■ ACTIVITY
In the data below, find every line that has the string "IFCRECTANGLEPROFILEDEF", and copy it.

■ DATA FOR PROCESSING
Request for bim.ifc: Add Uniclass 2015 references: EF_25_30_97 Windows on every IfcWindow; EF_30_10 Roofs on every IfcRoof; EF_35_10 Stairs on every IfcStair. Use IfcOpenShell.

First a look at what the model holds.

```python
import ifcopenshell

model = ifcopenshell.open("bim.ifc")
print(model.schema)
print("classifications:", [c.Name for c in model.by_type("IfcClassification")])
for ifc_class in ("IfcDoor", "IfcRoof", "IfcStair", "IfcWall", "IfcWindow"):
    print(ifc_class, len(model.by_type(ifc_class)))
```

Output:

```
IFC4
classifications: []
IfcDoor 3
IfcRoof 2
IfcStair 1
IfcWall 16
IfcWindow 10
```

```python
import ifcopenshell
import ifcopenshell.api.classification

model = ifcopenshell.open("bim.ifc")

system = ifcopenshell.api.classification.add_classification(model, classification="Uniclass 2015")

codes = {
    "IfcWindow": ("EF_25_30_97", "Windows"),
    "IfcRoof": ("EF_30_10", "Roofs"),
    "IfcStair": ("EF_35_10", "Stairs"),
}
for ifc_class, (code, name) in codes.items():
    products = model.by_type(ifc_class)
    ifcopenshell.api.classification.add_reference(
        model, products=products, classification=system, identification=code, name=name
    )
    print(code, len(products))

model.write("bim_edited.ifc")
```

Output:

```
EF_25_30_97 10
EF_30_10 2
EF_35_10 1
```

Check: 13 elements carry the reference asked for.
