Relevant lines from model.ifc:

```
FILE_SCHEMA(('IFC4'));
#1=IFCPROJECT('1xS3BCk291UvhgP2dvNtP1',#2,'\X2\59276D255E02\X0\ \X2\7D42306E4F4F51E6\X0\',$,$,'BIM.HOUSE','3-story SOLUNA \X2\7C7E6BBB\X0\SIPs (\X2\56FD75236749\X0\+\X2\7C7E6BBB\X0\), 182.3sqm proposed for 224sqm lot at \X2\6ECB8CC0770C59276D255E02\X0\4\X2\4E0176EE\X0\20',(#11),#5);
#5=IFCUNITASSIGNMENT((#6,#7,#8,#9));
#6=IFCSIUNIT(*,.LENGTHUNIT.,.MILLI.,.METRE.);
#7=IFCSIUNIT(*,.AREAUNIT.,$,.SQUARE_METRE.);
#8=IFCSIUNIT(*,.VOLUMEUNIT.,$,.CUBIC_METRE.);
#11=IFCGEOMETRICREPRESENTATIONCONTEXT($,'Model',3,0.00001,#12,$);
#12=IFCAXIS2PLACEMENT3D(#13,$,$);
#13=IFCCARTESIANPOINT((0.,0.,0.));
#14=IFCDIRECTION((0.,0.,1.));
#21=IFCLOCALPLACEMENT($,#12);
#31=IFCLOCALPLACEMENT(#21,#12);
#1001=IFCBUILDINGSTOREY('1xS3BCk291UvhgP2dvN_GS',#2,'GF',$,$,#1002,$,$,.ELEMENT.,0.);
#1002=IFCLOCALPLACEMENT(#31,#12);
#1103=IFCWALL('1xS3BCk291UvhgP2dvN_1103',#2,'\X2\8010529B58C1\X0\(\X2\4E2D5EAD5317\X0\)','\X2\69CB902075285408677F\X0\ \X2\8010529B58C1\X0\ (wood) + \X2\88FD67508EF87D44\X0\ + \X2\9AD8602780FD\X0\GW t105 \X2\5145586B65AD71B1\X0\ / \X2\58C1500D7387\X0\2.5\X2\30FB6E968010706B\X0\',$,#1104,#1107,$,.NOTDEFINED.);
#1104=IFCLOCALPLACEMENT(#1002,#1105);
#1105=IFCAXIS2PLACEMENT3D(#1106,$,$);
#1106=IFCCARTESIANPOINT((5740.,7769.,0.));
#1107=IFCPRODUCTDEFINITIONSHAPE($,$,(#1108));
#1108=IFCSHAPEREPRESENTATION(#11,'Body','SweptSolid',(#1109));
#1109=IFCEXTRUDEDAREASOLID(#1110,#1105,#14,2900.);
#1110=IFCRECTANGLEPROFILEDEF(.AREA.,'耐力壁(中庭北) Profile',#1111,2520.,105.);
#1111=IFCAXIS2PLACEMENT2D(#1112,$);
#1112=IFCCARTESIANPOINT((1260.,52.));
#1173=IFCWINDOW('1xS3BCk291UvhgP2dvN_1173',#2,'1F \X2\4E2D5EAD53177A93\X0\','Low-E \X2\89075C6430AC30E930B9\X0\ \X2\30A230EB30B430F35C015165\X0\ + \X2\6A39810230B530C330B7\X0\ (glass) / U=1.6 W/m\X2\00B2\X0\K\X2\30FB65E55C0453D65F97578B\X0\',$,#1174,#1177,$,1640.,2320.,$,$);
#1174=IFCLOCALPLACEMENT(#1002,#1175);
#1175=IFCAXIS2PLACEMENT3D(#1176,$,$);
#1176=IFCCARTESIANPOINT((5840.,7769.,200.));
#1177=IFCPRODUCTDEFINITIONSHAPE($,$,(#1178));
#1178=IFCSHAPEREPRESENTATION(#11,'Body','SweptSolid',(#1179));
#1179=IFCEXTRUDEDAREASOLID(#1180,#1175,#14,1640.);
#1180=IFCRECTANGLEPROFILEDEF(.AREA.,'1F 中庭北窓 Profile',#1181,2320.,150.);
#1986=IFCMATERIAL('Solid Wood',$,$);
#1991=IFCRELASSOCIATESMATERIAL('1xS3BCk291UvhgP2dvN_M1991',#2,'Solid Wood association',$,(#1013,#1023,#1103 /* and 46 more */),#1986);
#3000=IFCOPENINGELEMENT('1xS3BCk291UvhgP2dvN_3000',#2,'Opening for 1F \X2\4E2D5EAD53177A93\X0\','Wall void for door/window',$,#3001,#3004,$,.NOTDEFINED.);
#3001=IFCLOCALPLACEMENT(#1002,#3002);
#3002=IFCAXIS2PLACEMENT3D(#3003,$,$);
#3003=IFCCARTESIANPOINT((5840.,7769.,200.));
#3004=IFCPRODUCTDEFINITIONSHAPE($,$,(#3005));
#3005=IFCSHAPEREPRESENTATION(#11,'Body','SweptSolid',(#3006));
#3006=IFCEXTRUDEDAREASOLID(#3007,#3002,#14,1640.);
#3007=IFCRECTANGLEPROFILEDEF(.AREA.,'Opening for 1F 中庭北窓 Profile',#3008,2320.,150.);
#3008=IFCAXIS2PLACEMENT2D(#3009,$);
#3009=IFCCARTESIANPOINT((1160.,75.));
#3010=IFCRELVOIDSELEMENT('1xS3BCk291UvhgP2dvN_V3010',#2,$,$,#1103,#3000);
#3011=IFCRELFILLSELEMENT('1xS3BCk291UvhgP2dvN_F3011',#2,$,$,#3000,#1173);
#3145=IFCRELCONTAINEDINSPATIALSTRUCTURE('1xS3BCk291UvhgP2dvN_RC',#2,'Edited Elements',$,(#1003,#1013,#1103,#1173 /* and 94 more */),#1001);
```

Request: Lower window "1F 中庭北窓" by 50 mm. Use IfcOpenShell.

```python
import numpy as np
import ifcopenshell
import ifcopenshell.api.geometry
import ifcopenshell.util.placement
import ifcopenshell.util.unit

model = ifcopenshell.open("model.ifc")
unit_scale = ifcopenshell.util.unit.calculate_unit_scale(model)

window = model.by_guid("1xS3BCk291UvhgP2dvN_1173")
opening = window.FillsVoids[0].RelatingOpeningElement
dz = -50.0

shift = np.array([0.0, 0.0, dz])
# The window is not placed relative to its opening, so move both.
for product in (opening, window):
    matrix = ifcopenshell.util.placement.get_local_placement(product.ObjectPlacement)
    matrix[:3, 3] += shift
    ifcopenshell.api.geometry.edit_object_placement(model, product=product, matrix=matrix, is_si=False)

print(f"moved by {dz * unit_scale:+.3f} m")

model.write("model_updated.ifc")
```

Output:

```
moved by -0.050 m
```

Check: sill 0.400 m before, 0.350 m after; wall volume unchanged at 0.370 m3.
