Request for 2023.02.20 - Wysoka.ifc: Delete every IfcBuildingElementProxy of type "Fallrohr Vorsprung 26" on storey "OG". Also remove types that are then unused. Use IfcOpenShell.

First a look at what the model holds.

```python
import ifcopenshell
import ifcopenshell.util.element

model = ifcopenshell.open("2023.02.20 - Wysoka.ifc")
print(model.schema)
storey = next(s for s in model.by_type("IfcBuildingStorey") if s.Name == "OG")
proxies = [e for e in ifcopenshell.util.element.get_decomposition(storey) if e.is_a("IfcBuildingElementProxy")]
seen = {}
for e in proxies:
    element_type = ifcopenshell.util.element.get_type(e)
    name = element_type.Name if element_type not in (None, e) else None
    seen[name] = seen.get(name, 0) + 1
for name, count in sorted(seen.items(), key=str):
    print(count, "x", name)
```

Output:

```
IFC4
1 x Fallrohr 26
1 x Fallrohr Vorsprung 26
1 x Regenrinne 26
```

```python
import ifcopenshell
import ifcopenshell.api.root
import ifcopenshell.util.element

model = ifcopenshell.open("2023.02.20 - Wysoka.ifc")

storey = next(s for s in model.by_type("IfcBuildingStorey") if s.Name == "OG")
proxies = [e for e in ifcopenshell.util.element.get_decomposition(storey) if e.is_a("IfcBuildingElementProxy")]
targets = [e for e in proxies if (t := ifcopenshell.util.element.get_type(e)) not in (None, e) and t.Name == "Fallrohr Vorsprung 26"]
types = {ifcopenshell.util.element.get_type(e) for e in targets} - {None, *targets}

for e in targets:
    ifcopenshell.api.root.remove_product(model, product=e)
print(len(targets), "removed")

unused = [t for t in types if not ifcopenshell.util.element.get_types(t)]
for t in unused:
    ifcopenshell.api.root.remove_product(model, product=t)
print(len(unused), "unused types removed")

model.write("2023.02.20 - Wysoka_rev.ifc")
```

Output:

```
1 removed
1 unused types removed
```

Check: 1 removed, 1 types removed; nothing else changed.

■ REPLY
#1110=IFCRECTANGLEPROFILEDEF(.AREA.,'耐力壁(中庭北) Profile',#1111,2520.,105.);
#1180=IFCRECTANGLEPROFILEDEF(.AREA.,'1F 中庭北窓 Profile',#1181,2320.,150.);
#3007=IFCRECTANGLEPROFILEDEF(.AREA.,'Opening for 1F 中庭北窓 Profile',#3008,2320.,150.);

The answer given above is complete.